How do I proceed with such a proof?

I can show that if the above is true then this corollary follows -

The length of the recurring part of any fraction of the form $\frac{1}{x}$ where $x$ is co-prime to $10$ is the smallest positive integer $y$ such that $10^y$ mod $x \equiv 1$

UPD I think it might be possible to prove this by taking cases of the form 1. Length of recurring sequence is 1 and the recurring digit is even and there was a carry over from the previous digit 2. Length of recurring sequence is 1 and the recurring digit is odd and there was a carry over from the previous digit ...

But it seems that this will be very messy. Any better observations?

Thanks!

• I am working on a proof for you right now, I think it will work well. Hold on! :) – Pedro A Aug 28 '17 at 17:04

# Notation for the proof

I will use the notation $9_L$ to represent the natural number $999...9$ with $L$ digits, that is:

$$9_L = 10^L - 1$$

I will also use the term simply-recurring rational number to refer to a rational number $x$ with the following properties:

• $0 < x < 1$
• The recurring part of $x$ starts immediately after the decimal point.

and the amount of digits that repeat will be referred as its recurring length.

# A word before the proof

Instead of proving the exact problem you proposed, I will prove an equivalent problem:

Problem. Given a simply-recurring rational number $x$ with recurring length $L$, show that the numbers $2x$ and $5x$ also have recurring length $L$.

If you have trouble convincing yourself that this problem is indeed equivalent to your original problem, let me know and I will give further help.

# The Proof

First of all, it is easy to observe that the recurring length cannot increase as we multiply by either 2 or 5. Below, I will prove that it cannot decrease.
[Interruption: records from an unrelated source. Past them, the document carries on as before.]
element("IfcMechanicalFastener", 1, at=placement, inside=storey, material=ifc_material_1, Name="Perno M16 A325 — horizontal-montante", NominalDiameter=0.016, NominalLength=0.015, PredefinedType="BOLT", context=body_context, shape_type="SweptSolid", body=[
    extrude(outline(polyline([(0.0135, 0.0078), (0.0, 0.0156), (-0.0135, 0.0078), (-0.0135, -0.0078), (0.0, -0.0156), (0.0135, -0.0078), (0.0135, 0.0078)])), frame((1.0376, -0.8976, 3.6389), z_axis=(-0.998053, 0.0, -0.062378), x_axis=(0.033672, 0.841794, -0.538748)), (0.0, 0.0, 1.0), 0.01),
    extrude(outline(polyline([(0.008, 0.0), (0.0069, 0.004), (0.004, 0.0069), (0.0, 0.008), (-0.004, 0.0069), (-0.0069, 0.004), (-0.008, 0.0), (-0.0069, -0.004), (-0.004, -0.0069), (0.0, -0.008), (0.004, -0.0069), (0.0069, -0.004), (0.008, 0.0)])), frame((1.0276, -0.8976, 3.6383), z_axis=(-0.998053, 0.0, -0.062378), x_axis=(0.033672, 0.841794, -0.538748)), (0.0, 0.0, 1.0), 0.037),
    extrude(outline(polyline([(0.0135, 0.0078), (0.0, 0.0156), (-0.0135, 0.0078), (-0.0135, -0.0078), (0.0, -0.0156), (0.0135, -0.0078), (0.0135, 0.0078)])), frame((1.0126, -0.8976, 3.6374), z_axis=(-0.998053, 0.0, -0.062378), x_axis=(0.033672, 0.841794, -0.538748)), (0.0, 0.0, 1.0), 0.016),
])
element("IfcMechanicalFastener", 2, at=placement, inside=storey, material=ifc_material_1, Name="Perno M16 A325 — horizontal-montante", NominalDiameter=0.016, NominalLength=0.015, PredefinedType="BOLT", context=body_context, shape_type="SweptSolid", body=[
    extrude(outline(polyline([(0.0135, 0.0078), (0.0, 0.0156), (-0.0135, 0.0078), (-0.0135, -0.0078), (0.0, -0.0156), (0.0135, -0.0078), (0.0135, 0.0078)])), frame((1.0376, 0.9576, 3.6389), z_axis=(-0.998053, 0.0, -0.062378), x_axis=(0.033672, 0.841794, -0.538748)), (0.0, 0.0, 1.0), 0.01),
Observe that since $x$ is a simply-recurring rational number of recurring length $L$, there exists an unique natural number $n$ such that

$$x = \dfrac{n}{9_L}$$

To show that $2x$ and $5x$ have the same recurring length, we simply have to show that the fractions

$$\dfrac{2n}{9_L} \qquad \text{ and } \qquad \dfrac{5n}{9_L}$$

cannot have their denominator simplified to some $9_M$ with $M < N$. Let's prove this by contradiction. Assume that there is some natural number $z$ such that $2n$ (respectively, $5n$) can be divided by $z$ and that:

$$\dfrac{9_L}{z} = 9_M \qquad \text{ with } \qquad M<N$$

But if this is the case, then $z$ must end in a digit $1$, since both $9_L$ and $9_M$ end in a $9$. But a number that ends in $1$ cannot be a multiple of $2$ nor $5$, which means that $z$ divides $n$ (because it divides $2n$ (respectively, $5n$) by our hypothesis). But this is also a contradiction, because if $z$ divides $n$, then $x$ can be written as

$$x = \dfrac{n/z}{9_M}$$

which contradicts the fact that the decimal representation of $x$ has length $L$, not $M$.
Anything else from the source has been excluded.